> How to complete this task: Check every line in the records below for the word "Steel" and report how many have it, nothing more.
====== Data records ======
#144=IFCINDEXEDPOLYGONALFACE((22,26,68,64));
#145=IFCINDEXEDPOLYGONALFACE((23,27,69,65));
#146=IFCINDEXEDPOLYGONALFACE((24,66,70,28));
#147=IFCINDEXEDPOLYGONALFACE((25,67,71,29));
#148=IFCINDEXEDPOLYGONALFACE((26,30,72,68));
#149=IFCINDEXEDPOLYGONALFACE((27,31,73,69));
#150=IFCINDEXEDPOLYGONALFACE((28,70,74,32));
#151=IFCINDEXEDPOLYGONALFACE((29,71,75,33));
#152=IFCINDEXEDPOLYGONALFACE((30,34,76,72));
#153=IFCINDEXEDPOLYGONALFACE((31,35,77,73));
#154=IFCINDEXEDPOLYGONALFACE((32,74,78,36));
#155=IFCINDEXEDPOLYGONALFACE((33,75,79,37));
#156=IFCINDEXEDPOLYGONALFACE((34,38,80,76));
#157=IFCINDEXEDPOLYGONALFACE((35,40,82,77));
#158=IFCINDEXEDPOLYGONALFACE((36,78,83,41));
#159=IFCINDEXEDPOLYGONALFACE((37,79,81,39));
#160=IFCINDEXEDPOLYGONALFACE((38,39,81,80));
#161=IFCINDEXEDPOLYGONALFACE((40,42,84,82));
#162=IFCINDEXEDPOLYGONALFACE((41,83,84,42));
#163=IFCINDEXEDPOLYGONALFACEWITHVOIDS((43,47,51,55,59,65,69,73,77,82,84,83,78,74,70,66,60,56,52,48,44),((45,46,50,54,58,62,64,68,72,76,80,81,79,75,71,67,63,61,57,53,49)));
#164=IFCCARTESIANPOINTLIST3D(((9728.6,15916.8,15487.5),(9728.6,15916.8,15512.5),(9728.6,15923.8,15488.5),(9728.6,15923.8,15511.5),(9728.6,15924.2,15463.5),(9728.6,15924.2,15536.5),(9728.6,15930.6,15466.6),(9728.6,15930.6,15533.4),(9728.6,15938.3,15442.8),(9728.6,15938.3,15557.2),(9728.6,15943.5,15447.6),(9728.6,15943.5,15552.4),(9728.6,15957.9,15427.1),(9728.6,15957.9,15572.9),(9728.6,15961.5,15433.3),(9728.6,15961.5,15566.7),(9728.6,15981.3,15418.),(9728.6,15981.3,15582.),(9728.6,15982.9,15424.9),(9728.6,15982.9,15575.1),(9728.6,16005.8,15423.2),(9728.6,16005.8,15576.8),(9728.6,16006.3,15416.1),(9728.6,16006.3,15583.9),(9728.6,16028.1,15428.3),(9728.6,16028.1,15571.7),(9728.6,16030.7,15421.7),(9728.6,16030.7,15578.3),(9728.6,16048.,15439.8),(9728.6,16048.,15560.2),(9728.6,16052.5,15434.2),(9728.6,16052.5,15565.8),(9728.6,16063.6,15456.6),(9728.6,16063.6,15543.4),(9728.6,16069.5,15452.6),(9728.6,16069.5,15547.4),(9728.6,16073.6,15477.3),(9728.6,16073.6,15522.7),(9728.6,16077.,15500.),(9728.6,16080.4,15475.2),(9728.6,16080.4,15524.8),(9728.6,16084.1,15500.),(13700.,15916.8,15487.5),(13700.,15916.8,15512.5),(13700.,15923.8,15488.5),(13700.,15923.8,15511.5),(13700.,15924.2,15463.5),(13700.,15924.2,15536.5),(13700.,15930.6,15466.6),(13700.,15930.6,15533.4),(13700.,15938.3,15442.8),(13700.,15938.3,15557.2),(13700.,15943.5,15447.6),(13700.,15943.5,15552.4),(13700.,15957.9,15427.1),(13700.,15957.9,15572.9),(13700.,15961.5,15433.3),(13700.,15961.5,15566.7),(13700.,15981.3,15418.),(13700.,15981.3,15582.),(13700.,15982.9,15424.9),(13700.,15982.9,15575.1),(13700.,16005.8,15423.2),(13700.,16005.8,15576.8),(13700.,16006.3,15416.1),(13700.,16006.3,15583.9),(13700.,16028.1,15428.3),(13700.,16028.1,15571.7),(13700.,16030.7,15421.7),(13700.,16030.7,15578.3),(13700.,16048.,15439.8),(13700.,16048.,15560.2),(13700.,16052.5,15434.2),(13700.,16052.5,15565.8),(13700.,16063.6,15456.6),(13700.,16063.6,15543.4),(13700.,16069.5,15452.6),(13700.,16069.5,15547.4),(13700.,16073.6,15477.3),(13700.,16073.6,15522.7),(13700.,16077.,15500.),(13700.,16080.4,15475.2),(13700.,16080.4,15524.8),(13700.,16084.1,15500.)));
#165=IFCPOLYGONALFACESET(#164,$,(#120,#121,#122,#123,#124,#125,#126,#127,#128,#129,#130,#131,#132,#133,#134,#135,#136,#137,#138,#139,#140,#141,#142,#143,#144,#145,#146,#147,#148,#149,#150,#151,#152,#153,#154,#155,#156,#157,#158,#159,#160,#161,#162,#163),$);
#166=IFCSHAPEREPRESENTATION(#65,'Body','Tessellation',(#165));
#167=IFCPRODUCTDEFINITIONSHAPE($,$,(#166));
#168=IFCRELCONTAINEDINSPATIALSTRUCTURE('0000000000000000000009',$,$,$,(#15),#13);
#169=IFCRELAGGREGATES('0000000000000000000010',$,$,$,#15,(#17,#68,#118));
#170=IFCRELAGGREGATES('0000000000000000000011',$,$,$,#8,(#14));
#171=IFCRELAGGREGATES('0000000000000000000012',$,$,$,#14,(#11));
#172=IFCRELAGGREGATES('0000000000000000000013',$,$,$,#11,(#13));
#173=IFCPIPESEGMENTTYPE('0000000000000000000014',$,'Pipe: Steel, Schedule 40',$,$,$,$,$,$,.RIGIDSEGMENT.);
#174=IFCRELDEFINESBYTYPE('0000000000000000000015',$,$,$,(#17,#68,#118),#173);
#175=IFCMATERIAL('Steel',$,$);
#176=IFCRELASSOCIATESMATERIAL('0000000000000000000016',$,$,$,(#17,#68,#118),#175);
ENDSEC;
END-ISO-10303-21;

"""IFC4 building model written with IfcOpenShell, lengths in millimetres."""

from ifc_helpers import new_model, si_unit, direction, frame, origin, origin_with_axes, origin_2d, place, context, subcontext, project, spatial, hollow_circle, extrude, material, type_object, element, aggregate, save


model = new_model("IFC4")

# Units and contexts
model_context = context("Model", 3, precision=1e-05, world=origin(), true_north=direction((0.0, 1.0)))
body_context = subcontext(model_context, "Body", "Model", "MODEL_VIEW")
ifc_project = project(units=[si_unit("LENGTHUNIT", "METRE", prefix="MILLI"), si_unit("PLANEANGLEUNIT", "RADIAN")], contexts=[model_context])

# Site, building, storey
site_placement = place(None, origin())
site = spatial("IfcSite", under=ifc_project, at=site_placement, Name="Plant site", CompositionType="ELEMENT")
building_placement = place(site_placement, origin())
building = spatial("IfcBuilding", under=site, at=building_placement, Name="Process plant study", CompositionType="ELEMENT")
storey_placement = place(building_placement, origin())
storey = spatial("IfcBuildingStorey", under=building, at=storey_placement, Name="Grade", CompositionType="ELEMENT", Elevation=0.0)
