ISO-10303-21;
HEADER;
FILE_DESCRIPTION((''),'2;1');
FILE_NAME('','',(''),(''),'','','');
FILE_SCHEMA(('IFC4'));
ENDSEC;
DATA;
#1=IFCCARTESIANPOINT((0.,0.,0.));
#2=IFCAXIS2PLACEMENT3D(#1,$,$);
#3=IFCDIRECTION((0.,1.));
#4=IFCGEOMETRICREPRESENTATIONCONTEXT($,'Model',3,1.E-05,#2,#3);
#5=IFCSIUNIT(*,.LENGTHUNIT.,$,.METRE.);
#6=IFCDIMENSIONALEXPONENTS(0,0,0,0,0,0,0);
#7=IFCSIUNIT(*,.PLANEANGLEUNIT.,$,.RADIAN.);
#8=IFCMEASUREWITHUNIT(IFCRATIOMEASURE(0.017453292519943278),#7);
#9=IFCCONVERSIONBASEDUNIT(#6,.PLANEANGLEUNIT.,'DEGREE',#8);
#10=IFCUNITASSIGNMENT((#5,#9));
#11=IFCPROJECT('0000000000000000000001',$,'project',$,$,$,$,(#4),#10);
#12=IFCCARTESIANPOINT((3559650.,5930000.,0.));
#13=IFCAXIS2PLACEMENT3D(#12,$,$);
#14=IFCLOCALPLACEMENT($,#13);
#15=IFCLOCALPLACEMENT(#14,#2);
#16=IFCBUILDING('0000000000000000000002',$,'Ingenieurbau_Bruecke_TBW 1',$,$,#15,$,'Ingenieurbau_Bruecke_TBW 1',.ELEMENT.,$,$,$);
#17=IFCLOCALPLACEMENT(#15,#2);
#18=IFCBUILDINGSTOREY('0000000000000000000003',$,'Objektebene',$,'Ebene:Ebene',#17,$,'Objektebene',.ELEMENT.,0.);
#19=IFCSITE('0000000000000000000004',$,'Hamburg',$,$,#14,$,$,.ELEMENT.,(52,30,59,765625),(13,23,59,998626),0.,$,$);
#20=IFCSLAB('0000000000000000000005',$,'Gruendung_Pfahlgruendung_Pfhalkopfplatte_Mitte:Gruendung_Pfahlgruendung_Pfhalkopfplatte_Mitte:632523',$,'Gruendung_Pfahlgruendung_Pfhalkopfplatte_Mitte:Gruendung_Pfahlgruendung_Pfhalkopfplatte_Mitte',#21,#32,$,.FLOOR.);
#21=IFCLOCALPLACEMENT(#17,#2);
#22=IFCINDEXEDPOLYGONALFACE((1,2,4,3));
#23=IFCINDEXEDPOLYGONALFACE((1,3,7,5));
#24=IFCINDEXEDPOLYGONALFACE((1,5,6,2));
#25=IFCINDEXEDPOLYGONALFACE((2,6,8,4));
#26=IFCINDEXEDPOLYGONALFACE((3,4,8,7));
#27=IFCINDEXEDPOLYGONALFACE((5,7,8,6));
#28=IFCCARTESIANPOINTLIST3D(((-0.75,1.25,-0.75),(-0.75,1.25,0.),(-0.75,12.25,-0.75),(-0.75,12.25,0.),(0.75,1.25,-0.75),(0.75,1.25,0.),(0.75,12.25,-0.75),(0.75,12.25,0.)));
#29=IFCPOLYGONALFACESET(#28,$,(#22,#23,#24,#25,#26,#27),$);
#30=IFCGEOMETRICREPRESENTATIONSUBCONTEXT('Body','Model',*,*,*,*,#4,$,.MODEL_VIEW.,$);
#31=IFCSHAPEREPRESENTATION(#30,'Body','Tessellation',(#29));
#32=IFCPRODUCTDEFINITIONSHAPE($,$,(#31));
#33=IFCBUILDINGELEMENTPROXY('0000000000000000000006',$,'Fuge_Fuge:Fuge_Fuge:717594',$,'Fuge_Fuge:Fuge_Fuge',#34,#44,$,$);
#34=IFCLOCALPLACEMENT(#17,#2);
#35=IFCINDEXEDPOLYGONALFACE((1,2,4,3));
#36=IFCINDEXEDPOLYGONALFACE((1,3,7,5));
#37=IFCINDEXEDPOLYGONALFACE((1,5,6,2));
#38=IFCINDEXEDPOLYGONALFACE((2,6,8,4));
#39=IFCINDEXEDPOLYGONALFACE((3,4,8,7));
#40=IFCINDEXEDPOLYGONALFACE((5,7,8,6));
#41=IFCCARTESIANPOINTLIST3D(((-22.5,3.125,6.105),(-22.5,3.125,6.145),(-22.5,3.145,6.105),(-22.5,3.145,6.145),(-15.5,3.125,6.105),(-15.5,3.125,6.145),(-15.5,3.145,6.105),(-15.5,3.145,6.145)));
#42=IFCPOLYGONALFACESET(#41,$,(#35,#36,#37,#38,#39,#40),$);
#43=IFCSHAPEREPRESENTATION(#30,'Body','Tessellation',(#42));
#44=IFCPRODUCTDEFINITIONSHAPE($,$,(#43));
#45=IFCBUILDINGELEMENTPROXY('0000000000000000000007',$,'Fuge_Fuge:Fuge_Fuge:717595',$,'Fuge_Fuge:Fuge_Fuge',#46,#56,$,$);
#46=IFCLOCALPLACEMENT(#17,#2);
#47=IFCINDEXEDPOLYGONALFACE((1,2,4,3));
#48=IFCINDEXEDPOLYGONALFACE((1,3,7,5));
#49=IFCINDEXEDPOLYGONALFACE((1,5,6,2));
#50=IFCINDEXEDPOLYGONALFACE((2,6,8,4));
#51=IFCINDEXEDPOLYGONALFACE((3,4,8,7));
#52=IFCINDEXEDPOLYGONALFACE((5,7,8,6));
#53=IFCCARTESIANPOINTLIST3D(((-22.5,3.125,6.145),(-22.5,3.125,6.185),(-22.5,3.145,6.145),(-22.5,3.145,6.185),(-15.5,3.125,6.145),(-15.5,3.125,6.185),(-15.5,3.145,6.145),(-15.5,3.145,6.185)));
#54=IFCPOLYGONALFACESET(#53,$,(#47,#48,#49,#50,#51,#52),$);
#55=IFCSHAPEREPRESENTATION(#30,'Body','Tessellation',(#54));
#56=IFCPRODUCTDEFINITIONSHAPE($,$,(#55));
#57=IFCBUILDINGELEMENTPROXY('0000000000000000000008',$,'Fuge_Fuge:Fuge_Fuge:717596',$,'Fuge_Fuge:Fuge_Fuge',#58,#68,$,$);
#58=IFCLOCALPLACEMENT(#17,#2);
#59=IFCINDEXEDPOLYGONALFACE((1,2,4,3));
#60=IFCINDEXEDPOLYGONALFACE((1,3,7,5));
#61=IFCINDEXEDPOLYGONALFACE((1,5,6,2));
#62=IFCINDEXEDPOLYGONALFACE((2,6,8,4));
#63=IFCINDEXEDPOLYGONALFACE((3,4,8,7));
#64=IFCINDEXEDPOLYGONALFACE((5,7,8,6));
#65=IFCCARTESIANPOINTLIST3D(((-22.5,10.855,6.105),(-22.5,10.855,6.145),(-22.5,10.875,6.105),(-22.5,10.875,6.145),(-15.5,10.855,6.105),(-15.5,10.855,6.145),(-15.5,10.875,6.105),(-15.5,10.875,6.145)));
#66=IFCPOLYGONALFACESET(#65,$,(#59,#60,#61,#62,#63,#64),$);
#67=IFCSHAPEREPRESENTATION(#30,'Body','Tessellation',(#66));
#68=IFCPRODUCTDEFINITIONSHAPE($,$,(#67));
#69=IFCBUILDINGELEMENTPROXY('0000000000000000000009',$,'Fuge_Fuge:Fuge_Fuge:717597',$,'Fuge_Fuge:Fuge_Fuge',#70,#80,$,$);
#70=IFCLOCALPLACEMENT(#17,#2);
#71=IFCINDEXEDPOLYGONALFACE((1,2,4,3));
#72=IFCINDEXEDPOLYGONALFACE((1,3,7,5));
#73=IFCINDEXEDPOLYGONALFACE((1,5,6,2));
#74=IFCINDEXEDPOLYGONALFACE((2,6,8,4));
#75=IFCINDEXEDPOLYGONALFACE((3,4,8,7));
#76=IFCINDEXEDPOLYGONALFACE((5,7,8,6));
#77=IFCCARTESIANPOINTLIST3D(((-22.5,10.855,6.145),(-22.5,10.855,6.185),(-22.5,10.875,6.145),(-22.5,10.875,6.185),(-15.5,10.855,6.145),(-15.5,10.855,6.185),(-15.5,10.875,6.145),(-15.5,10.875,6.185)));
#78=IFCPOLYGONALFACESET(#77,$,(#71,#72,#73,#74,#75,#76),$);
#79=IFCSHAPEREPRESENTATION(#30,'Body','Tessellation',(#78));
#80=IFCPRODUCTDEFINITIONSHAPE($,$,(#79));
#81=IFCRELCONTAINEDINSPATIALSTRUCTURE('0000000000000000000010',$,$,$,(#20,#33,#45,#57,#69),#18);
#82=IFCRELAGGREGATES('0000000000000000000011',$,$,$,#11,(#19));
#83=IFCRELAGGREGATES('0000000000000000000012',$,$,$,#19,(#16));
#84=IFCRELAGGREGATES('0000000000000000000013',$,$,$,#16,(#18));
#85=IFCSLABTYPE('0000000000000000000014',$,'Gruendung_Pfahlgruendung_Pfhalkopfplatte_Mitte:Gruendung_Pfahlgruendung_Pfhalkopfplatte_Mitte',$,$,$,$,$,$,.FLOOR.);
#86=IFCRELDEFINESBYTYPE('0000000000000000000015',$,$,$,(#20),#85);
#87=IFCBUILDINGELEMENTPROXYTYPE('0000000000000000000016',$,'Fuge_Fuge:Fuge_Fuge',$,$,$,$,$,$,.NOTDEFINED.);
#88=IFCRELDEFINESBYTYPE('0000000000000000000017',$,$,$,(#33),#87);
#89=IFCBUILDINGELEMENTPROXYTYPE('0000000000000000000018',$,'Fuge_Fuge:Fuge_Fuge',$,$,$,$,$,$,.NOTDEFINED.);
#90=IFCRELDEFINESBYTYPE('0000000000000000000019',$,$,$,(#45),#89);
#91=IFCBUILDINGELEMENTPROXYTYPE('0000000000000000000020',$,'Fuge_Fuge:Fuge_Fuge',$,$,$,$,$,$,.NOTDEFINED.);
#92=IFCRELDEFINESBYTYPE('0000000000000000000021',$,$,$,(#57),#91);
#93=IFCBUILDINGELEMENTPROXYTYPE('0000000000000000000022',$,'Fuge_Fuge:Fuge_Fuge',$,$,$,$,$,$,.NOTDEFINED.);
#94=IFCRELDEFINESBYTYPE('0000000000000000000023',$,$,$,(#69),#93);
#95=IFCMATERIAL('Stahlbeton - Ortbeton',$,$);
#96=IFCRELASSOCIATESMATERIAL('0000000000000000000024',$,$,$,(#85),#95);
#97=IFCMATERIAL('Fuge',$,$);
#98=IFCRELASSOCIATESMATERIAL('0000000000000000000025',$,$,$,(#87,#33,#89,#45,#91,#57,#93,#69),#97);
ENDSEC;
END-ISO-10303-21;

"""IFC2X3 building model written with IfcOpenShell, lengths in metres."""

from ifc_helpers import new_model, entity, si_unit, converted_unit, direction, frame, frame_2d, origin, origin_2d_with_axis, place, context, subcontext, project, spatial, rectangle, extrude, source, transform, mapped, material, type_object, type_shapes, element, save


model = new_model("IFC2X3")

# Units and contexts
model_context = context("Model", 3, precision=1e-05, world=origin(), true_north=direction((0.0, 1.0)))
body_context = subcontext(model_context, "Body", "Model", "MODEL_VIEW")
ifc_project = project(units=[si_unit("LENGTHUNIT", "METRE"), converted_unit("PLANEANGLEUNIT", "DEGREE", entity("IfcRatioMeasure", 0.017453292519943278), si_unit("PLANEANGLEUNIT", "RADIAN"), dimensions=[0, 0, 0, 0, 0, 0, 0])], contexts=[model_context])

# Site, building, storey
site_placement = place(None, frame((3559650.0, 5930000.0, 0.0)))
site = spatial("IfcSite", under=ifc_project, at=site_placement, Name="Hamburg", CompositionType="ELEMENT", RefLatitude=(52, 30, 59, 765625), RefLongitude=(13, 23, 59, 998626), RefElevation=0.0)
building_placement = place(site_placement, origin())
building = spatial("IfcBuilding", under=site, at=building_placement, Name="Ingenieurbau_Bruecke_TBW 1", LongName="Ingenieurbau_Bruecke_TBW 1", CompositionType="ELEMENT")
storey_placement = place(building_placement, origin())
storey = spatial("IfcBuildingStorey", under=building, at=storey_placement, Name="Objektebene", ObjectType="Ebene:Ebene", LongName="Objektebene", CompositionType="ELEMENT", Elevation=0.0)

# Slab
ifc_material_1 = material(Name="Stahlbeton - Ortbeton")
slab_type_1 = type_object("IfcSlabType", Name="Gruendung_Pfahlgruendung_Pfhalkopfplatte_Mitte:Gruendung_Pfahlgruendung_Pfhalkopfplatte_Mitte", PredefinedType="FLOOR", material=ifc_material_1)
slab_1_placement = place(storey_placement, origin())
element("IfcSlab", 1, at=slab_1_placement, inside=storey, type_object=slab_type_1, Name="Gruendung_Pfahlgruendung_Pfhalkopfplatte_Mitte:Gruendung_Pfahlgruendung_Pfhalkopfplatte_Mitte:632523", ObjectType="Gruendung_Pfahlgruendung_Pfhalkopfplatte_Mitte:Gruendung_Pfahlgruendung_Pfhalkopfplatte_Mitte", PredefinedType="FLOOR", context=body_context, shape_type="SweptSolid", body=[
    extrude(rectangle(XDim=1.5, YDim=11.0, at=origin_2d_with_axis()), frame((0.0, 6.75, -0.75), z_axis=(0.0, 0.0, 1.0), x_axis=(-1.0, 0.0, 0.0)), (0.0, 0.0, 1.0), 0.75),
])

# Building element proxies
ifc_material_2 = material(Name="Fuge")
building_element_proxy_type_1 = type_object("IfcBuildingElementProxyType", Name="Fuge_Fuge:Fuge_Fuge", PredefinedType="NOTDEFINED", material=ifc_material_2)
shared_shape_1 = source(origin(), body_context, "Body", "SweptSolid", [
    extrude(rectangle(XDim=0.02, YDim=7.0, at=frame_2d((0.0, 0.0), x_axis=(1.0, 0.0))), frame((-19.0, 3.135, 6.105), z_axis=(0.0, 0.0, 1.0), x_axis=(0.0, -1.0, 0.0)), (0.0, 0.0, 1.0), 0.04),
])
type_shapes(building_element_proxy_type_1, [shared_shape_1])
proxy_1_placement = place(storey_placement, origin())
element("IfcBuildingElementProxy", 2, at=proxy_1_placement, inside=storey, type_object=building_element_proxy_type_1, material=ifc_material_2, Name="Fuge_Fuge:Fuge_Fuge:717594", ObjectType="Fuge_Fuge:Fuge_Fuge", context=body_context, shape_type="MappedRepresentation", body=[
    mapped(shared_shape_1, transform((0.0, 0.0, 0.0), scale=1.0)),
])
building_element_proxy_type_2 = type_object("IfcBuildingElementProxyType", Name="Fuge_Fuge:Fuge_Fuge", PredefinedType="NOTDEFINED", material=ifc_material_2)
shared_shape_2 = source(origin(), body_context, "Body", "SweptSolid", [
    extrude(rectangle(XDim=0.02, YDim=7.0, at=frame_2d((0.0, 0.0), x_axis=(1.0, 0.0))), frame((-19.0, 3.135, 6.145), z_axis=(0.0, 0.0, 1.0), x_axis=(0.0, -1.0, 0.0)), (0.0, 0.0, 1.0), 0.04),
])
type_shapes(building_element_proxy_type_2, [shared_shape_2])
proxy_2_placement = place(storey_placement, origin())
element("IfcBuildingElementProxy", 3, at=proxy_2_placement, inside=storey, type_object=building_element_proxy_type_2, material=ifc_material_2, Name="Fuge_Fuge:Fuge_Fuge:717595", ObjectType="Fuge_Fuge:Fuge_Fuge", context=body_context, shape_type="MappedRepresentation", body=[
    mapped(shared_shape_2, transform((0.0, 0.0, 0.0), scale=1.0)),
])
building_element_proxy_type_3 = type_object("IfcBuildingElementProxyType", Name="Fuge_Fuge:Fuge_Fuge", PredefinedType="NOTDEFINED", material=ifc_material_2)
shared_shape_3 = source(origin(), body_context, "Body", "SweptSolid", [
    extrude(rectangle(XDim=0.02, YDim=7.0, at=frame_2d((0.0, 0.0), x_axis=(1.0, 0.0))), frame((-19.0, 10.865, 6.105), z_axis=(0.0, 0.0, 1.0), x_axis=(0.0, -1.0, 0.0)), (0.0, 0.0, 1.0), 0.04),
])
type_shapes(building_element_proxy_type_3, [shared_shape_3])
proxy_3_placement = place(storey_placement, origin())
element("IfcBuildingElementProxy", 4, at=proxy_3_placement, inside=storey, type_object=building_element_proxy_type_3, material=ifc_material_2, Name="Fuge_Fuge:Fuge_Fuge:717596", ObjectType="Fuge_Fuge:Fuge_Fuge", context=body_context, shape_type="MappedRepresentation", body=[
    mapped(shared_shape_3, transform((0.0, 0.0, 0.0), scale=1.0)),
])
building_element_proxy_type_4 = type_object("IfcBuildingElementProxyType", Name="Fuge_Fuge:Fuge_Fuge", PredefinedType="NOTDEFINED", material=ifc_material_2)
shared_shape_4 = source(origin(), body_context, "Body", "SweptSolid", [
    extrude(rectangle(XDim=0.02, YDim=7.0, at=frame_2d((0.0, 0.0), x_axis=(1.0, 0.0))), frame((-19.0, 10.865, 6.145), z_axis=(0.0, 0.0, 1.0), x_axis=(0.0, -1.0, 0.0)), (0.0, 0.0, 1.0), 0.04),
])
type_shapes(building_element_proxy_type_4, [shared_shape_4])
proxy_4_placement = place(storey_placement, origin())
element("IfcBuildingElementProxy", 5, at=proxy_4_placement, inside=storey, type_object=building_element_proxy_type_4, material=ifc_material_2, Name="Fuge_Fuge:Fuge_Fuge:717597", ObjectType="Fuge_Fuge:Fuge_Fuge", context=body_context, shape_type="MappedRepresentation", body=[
======
====== Data records ======
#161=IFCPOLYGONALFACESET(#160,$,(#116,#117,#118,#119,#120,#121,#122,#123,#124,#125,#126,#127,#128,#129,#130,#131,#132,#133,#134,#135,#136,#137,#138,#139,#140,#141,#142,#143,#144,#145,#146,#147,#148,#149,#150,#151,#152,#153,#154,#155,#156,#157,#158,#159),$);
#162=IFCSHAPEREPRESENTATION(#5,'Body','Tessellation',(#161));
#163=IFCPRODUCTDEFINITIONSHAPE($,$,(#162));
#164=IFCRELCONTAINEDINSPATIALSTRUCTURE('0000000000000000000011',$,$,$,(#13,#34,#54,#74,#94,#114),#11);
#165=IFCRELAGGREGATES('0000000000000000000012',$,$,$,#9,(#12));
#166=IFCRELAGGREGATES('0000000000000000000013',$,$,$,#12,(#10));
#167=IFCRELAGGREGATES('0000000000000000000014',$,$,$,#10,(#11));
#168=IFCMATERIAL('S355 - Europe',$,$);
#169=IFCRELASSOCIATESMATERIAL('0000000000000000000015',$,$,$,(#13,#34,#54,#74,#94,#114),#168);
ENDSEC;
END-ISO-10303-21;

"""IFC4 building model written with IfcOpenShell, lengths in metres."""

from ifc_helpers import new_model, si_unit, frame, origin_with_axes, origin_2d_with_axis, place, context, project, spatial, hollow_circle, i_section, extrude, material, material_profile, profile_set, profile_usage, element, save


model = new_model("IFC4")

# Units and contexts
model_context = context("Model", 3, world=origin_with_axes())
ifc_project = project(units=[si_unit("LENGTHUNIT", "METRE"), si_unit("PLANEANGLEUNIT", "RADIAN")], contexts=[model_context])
======
> Solution for this task: 2